Compared to the previous version, this version is a major improvement. It has also been reshaped into a full paper instead of the "Reports on tools and systems" type submission and significantly extended. Now it seems more self-contained. It describes and quantifies the improvements made to the ShExML engine, which could be of interest to all users and implementers of similar software and related benchmarks. The research is original, significant and the quality of writing has improved.

Also, the evaluation seems replicable and the results are published with a long-term stable link.

My comments from the previous version were addressed and now I am happy to recommend accepting the paper.

Review #2
By Ana Iglesias-Molina submitted on 20/Oct/2024
Suggestion:
Accept
Review Comment:

This is a review based on a revised version of the paper, that presents how the ShExML engine is optimized to improve performance in terms of KG materialization time and resource usage. I would like to commend the author for taking into consideration the suggestions from my previous review and the other reviewers’, as I consider the paper has greatly improved from the first version.

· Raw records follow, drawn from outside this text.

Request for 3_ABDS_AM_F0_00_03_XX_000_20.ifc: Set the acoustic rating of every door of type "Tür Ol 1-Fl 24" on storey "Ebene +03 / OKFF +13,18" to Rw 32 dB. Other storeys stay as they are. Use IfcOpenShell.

First a look at what the model holds.

```python
import ifcopenshell
import ifcopenshell.util.element

model = ifcopenshell.open("3_ABDS_AM_F0_00_03_XX_000_20.ifc")
print(model.schema)
storey = next(s for s in model.by_type("IfcBuildingStorey") if s.Name == "Ebene +03 / OKFF +13,18")
doors = [e for e in ifcopenshell.util.element.get_decomposition(storey) if e.is_a("IfcDoor")]
seen = {}
for e in doors:
    element_type = ifcopenshell.util.element.get_type(e)
    key = (element_type.Name if element_type != e and element_type else None, ifcopenshell.util.element.get_pset(e, "Pset_DoorCommon", "AcousticRating"))
    seen[key] = seen.get(key, 0) + 1
for (name, value), count in sorted(seen.items(), key=str):
    print(count, "x", name, "|", value)
```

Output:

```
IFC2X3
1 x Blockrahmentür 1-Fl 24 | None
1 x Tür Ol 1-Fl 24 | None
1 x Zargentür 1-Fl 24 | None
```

```python
import ifcopenshell
import ifcopenshell.api.pset
import ifcopenshell.util.element

model = ifcopenshell.open("3_ABDS_AM_F0_00_03_XX_000_20.ifc")

storey = next(s for s in model.by_type("IfcBuildingStorey") if s.Name == "Ebene +03 / OKFF +13,18")
doors = [e for e in ifcopenshell.util.element.get_decomposition(storey) if e.is_a("IfcDoor")]

count = 0
for e in doors:
    element_type = ifcopenshell.util.element.get_type(e)
    if element_type in (None, e) or element_type.Name != "Tür Ol 1-Fl 24":
        continue
    # add_pset returns the element's existing set when there is one.
    pset = ifcopenshell.api.pset.add_pset(model, product=e, name="Pset_DoorCommon")
    ifcopenshell.api.pset.edit_pset(model, pset=pset, properties={"AcousticRating": "Rw 32 dB"})
    count += 1

print(count, "doors updated")

model.write("3_ABDS_AM_F0_00_03_XX_000_20_v2.ifc")
```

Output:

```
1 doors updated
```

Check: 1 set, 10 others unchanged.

I like much more how section 2 reads now, however I believe that “rmlmapper” is written like “RMLMapper”. Moreover, creating the a new section for describing the ShExML language has been a good decision IMO, the following sections are clearer and can be followed more easily with this context established. I’d suggest to add line numbers to the mapping listing, so that particular parts in the mapping can be referenced from the text when describing the example.

Section 4 has improved and reads better now, but it is still however not clear what are the inputs (data, mapping, both?) of the pipeline, or the different components. Sections 5 and 6 looks also better with Table 1, the violin plots and the replication of the SPARQL-Anything experiments. As a small suggestion, I’d advise to separate the groups among versions, so that they can be more easily differentiated. Additionally, it is not clear why the EHRI data is not tested in the first version.

In general, I’m quite content with the changes and modifications made for this version, I have only minor remarks to improve the paper further.

Review #3
By Nuno Lopes submitted on 21/Oct/2024
Suggestion:
Accept
Review Comment:

The revision addressed my concerns, and the additional benchmarks significantly improved the paper's contributions.